Hidden Vulnerability Discovered in the World's Airline Network - linux_devil
http://www.technologyreview.com/view/526486/hidden-vulnerability-discovered-in-the-worlds-airline-network/?utm_campaign=socialsync&utm_medium=social-post&utm_source=facebook

======
dalke
I think the paper is incorrect. According to the summary:

"An example is St Petersburg airport in Tampa Bay, Florida. This has 24
connections and only 24 flights. Close this airport and the airports it
connects to are all cut out of the global network."

St. Pete/Clearwater (PIE) airport is a destination airport for low-cost
carriers.
[http://en.wikipedia.org/wiki/St._Petersburg%E2%80%93Clearwat...](http://en.wikipedia.org/wiki/St._Petersburg%E2%80%93Clearwater_International_Airport)
lists some of the places it connects to. I count 34 destinations on the map.

#1 with 27,000 passengers is Gulfport-Biloxi International (GPT).
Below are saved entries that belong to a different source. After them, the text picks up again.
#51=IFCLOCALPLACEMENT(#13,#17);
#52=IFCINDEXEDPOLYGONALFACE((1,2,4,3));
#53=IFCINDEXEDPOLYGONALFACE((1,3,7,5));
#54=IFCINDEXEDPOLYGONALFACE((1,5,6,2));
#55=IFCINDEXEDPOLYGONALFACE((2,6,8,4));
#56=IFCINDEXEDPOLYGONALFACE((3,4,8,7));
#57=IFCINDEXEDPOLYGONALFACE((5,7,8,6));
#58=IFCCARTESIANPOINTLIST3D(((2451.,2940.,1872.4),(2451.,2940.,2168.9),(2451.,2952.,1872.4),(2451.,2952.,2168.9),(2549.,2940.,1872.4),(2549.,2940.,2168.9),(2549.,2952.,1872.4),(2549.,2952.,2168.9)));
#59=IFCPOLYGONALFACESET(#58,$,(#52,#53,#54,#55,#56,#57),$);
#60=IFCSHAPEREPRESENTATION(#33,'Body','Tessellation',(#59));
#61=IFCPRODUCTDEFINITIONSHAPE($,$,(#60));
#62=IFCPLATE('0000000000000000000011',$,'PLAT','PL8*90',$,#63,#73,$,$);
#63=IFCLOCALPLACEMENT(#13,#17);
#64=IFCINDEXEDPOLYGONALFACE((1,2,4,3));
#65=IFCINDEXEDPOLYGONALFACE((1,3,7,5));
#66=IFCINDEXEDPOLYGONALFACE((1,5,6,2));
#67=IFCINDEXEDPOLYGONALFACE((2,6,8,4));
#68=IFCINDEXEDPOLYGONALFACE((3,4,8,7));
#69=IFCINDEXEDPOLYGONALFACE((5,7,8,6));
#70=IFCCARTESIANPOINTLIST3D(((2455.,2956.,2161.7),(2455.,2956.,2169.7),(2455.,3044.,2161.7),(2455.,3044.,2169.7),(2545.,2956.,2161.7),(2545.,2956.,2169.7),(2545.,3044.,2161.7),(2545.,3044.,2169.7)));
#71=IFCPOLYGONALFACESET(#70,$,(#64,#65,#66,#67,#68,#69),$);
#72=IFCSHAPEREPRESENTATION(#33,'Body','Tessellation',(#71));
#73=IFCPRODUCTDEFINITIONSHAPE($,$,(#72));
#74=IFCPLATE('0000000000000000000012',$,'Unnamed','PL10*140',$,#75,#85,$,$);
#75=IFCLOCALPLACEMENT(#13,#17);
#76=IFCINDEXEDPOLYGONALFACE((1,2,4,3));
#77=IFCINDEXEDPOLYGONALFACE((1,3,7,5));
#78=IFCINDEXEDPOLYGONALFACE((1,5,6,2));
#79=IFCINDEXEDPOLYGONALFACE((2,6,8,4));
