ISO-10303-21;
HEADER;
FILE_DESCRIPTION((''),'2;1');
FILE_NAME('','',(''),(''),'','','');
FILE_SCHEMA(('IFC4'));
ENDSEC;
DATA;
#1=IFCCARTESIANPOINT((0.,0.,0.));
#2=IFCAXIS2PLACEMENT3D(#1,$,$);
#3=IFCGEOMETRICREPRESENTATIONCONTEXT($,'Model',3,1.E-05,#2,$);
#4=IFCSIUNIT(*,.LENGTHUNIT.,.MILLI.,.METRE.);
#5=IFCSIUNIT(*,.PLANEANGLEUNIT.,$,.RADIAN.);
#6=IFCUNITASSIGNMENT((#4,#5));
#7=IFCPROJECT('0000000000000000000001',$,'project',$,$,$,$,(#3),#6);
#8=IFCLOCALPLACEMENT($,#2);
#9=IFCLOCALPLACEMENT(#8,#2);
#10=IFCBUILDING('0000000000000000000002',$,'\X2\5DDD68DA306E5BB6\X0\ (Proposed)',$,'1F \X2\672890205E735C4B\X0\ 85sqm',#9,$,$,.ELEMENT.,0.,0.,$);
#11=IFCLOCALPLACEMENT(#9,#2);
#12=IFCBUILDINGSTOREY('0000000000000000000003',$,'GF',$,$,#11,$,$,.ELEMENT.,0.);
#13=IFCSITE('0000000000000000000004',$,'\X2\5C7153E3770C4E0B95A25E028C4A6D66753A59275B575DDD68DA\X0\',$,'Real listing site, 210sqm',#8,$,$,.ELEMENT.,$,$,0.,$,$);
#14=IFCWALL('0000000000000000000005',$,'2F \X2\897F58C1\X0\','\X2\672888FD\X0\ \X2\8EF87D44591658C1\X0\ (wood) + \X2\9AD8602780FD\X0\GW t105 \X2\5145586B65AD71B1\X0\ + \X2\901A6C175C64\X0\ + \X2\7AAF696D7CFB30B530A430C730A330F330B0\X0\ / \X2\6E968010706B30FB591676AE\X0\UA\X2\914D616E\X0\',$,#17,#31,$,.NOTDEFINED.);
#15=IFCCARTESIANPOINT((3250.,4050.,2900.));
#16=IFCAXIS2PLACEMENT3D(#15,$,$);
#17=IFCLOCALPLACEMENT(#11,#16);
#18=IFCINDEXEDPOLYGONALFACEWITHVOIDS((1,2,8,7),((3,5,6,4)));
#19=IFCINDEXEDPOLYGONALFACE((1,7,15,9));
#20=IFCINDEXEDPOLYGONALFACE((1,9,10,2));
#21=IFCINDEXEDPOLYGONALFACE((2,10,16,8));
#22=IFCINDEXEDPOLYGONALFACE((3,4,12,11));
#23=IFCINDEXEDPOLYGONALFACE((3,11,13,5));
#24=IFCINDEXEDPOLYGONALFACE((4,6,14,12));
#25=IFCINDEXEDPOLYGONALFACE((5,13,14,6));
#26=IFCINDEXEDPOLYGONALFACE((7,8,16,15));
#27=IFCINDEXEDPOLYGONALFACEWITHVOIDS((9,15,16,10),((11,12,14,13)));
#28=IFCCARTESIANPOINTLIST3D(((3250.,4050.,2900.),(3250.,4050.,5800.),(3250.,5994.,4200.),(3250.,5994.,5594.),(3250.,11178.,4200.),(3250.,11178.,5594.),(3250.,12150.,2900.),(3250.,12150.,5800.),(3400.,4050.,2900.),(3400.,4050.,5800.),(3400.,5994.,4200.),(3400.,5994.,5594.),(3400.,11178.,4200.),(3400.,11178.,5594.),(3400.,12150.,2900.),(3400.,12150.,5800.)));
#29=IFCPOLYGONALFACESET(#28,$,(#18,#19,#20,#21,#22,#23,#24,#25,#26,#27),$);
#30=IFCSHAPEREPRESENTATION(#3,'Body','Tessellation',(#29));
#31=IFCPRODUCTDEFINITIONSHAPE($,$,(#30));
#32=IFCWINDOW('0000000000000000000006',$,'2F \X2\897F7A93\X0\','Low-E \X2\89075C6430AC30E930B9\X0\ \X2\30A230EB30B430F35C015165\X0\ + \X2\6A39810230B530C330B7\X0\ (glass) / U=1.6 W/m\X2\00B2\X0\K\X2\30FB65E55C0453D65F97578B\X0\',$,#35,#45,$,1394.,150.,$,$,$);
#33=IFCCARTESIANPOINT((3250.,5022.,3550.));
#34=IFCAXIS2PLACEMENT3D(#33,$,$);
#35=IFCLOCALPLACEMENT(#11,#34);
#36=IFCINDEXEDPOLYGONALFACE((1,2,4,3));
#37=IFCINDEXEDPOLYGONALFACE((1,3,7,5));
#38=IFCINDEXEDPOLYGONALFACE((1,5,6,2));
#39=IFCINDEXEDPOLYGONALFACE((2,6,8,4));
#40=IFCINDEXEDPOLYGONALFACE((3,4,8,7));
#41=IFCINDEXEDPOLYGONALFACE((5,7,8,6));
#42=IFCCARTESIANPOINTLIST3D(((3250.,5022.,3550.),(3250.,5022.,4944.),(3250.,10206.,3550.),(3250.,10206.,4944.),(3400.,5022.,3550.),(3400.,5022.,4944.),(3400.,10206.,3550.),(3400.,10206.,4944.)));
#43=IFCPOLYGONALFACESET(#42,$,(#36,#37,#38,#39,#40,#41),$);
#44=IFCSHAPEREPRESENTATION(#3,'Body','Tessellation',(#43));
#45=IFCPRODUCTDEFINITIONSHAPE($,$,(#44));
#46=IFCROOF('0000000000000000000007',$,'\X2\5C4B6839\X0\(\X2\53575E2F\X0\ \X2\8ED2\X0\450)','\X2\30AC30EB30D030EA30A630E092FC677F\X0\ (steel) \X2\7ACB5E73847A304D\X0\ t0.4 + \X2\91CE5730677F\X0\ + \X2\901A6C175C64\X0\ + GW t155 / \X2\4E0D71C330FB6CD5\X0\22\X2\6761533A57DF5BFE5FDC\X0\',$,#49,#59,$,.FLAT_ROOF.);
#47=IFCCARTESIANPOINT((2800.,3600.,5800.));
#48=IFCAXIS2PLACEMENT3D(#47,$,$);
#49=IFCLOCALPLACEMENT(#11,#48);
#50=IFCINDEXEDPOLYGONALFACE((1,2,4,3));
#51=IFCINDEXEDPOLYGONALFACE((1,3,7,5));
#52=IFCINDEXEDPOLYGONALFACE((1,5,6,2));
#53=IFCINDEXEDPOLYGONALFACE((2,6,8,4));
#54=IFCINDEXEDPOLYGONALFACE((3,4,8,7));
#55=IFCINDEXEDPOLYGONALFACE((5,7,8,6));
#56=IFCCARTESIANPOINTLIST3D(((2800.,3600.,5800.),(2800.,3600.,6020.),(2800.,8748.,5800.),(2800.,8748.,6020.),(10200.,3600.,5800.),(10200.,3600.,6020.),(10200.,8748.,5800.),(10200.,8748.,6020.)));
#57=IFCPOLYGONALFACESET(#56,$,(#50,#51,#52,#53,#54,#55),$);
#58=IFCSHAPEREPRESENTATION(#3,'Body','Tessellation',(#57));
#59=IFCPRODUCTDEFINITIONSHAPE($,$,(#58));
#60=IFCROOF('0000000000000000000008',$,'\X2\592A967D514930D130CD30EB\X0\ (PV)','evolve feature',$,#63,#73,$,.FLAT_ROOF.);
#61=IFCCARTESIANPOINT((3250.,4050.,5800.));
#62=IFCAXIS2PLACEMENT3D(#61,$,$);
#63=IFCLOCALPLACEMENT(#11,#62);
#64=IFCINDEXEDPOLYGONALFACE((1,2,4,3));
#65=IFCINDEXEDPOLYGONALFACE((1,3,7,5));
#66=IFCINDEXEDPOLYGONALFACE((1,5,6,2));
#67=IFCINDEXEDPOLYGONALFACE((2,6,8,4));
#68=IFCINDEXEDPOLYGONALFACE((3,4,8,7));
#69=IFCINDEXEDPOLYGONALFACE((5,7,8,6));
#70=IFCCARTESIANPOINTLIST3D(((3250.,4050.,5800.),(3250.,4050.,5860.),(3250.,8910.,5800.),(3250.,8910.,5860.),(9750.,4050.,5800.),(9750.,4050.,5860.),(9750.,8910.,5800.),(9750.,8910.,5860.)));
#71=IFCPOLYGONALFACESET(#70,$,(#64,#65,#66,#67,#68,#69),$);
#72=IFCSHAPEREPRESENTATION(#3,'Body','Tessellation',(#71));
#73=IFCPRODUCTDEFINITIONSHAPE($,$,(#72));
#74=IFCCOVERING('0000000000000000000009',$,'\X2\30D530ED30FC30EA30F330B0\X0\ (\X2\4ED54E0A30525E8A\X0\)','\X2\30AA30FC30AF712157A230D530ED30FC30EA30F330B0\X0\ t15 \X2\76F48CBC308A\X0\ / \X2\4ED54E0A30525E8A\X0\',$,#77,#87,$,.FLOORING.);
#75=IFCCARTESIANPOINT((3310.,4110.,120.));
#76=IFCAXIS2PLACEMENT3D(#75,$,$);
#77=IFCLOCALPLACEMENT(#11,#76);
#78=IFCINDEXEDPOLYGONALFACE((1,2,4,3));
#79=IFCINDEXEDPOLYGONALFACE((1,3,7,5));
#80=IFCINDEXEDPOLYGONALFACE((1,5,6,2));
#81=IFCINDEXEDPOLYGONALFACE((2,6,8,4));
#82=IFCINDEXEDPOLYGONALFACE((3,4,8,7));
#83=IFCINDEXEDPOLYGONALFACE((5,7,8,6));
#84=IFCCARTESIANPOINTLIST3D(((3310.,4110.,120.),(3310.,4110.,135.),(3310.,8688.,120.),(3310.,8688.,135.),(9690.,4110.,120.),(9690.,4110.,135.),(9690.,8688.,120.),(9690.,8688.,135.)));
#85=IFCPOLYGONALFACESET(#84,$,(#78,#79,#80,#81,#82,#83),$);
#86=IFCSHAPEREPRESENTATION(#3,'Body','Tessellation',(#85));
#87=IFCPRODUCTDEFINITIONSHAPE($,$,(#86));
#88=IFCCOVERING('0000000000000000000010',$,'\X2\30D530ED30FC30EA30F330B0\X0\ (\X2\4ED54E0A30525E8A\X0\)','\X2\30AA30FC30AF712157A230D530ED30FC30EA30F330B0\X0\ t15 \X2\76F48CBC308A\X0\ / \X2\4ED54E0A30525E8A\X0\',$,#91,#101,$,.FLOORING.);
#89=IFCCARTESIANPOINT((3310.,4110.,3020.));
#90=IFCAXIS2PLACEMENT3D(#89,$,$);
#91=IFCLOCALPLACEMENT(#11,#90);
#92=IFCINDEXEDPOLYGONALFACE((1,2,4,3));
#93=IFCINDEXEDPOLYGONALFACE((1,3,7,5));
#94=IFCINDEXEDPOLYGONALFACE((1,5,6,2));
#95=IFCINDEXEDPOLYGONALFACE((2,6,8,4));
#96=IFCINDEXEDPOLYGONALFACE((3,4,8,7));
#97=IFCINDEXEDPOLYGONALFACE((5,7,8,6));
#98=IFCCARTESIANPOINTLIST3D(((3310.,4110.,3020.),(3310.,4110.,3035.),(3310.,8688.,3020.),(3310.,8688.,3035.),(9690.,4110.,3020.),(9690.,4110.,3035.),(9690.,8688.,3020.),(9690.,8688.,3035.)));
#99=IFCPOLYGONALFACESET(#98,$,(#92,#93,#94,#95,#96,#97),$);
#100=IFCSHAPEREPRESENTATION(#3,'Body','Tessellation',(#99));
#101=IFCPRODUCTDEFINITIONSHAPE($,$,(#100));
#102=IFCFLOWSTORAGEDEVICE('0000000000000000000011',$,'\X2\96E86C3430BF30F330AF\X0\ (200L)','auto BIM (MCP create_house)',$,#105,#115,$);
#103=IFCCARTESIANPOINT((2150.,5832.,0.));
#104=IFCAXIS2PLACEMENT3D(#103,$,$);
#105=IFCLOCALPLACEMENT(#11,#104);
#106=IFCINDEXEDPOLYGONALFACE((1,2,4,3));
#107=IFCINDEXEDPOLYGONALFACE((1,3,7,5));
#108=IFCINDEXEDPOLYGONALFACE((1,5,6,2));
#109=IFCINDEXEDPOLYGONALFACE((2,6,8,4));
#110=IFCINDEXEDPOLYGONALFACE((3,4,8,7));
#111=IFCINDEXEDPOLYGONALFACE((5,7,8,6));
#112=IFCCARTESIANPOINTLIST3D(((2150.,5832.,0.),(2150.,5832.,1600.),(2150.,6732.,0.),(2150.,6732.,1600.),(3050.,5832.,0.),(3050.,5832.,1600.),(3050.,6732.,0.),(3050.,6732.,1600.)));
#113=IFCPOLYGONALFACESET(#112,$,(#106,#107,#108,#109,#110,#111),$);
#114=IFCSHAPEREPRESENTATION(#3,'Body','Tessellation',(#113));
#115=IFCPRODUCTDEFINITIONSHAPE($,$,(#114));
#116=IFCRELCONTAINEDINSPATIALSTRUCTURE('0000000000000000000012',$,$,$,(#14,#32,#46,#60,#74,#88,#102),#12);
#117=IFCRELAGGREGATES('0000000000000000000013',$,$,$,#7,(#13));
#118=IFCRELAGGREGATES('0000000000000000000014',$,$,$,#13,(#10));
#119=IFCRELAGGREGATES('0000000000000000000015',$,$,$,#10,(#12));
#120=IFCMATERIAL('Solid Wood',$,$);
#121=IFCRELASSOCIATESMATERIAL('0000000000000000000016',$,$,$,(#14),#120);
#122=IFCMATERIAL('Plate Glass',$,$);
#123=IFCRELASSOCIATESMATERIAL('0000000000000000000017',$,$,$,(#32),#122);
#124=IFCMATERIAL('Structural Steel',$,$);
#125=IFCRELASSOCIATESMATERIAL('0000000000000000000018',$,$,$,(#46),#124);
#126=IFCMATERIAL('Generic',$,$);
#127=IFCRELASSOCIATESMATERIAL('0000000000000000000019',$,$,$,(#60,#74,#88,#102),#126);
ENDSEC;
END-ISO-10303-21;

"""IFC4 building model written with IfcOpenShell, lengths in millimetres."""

from ifc_helpers import new_model, si_unit, frame, frame_2d, origin, place, context, project, spatial, rectangle, extrude, material, element, fill, save


model = new_model("IFC4")

# Units and contexts
model_context = context("Model", 3, precision=1e-05, world=origin())
ifc_project = project(units=[si_unit("LENGTHUNIT", "METRE", prefix="MILLI"), si_unit("PLANEANGLEUNIT", "RADIAN")], contexts=[model_context])

# Site, building, storey
site_placement = place(None, origin())
site = spatial("IfcSite", under=ifc_project, at=site_placement, Name="山口県下関市豊浦町大字川棚", ObjectType="Real listing site, 210sqm", CompositionType="ELEMENT", RefElevation=0.0)
building_placement = place(site_placement, origin())
building = spatial("IfcBuilding", under=site, at=building_placement, Name="川棚の家 (Proposed)", ObjectType="1F 木造平屋 85sqm", CompositionType="ELEMENT", ElevationOfRefHeight=0.0, ElevationOfTerrain=0.0)
storey_placement = place(building_placement, origin())
storey = spatial("IfcBuildingStorey", under=building, at=storey_placement, Name="GF", CompositionType="ELEMENT", Elevation=0.0)

# Shared definitions
ifc_material_1 = material(Name="Solid Wood")
ifc_material_2 = material(Name="Generic")

# Shared definitions
ifc_material_3 = material(Name="Plate Glass")

# Wall, opening, window
wall_1_placement = place(storey_placement, frame((3250.0, 4050.0, 2900.0)))
wall_1 = element("IfcWall", 1, at=wall_1_placement, inside=storey, material=ifc_material_1, Name="2F 西壁", Description="木製 軸組外壁 (wood) + 高性能GW t105 充填断熱 + 通気層 + 窯業系サイディング / 準耐火・外皮UA配慮", PredefinedType="NOTDEFINED", context=model_context, shape_type="SweptSolid", body=[
    extrude(rectangle(XDim=150.0, YDim=8100.0, at=frame_2d((75.0, 4050.0))), frame((3250.0, 4050.0, 2900.0)), (0.0, 0.0, 1.0), 2900.0),
])
opening_1_placement = place(storey_placement, frame((3250.0, 5022.0, 3550.0)))
opening_1 = element("IfcOpeningElement", 2, at=opening_1_placement, cuts=wall_1, PredefinedType="NOTDEFINED", context=model_context, shape_type="SweptSolid", body=[
    extrude(rectangle(XDim=150.0, YDim=5184.0, at=frame_2d((75.0, 2592.0))), frame((3250.0, 5022.0, 3550.0)), (0.0, 0.0, 1.0), 1394.0),
])
window_1_placement = place(storey_placement, frame((3250.0, 5022.0, 3550.0)))
window_1 = element("IfcWindow", 3, at=window_1_placement, inside=storey, material=ifc_material_3, Name="2F 西窓", Description="Low-E 複層ガラス アルゴン封入 + 樹脂サッシ (glass) / U=1.6 W/m²K・日射取得型", OverallHeight=1394.0, OverallWidth=150.0, context=model_context, shape_type="SweptSolid", body=[
    extrude(rectangle(XDim=150.0, YDim=5184.0, at=frame_2d((75.0, 2592.0))), frame((3250.0, 5022.0, 3550.0)), (0.0, 0.0, 1.0), 1394.0),
])
fill(opening_1, window_1)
According to
[http://en.wikipedia.org/wiki/Gulfport-
Biloxi_International_A...](http://en.wikipedia.org/wiki/Gulfport-
Biloxi_International_Airport) , 147,910 fly from GPT to Atlanta.

#10 with 18,000 passengers is Blue Grass Airport (LEX). According to
[http://en.wikipedia.org/wiki/Blue_Grass_Airport](http://en.wikipedia.org/wiki/Blue_Grass_Airport),
there are 139,460 passengers who fly from LEX to Atlanta.

In fact, all of #1-#10 also fly to Atlanta, except Tri-State Airport in West
Virginia. That one has flights toDetroit Metro. I spot checked a couple of
others not on the top-10 list to verify that there aren't 24 disconnected
airports in the list of destinations.

Thus, I don't see 24 connections which would be cut-off should PIE be closed.

To check if the summary made a mistake, the preprint says:

> Most airports in the first category have really few connections but some of
> them are busy airports having a significant number of connections to and
> from cut-o ff regions, and hence we call them peripheral hubs. For instance,
> St. Petersburg Airport, Tampa Bay, Florida, is a huge tourist destination
> consisting of 24 connections and no clustering.

Tampa Bay is a huge tourist destination, agreed. But most people fly into
Tampa airport, which is 16 km to the east. Tampa deals with some 17 million
passengers per year, while PIE is around 900,000.

I just don't see how the St Petersburg airport is so important.